There is no doubt that Barnardo's will do its best to ensure the welfare of children being held with their families who have failed in their claims for asylum. But rebranding this part of the notorious Yarl's Wood as "pre-departure accommodation" cannot get round the fact that this is detention by a gentler name. The Coalition government, Nick Clegg in particular, promised to end the detention of children. This is still not being done.

Phil Cooper

Hammersmith and Fulham Refugee Forum

London SW6

Perspectives on songbirds and their predators

Let them get on with it

John Taylor (letter, 18 March) wonders why the RSPB protects the predators that hunt the songbirds he feeds in his garden. The answer presumably is that the organisation's purpose, reflected in its name, is the protection of birds – all birds, not just some designated species. Sparrowhawks are inherently as worthy of protection as blue tits or sparrows.

Furthermore, predators do not in general drive their prey species to extinction, but attain a fluctuating balance with them.

Mr Taylor might also wish to consider that tits, thrushes and other garden songbirds are themselves predators, and that some of the caterpillars fed to young blue tit chicks in the spring may well belong to scarce moth species. Perhaps then in the name of protecting butterflies and moths he should consider "controlling" blue tits?

Except in very specific circumstances, we are best to let predators and prey species sort things out for themselves without intervention from us.

Jonathan Wallace

Newcastle upon Tyne

Bird table looks like a lunch table

John Taylor complains about the RSPB protecting the predators coming to enjoy the easy pickings of small birds from his bird table.

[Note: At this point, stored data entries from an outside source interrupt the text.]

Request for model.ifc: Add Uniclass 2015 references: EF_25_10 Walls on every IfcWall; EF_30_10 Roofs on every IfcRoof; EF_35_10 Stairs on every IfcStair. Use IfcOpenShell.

First a look at what the model holds.

```python
import ifcopenshell

model = ifcopenshell.open("model.ifc")
print(model.schema)
print("classifications:", [c.Name for c in model.by_type("IfcClassification")])
for ifc_class in ("IfcDoor", "IfcRoof", "IfcStair", "IfcWall", "IfcWindow"):
    print(ifc_class, len(model.by_type(ifc_class)))
```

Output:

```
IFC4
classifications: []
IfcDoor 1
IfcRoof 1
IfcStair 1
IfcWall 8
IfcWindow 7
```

```python
import ifcopenshell
import ifcopenshell.api.classification

model = ifcopenshell.open("model.ifc")

system = ifcopenshell.api.classification.add_classification(model, classification="Uniclass 2015")

codes = {
    "IfcWall": ("EF_25_10", "Walls"),
    "IfcRoof": ("EF_30_10", "Roofs"),
    "IfcStair": ("EF_35_10", "Stairs"),
}
for ifc_class, (code, name) in codes.items():
    products = model.by_type(ifc_class)
    ifcopenshell.api.classification.add_reference(
        model, products=products, classification=system, identification=code, name=name
    )
    print(code, len(products))

model.write("model_updated.ifc")
```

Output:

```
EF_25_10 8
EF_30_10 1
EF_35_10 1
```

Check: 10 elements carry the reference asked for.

If he wishes to reduce this predation, perhaps he ought to consider reducing these easy pickings by removing the bird table in order to dilute the local small bird population, so as to make predation more difficult. In a natural environment, food for small birds is rather more thinly dispersed than on bird tables.

Small birds such as blue-tits have evolved to produce large clutches of eggs in order to maximise the survival of their species. In good times, many survive; in bad times, few. They still survive in reasonable numbers.

Modern farming methods and loss of habitat are a much greater threat to small birds than natural predators. Sentimentality has little to do with modern conservation.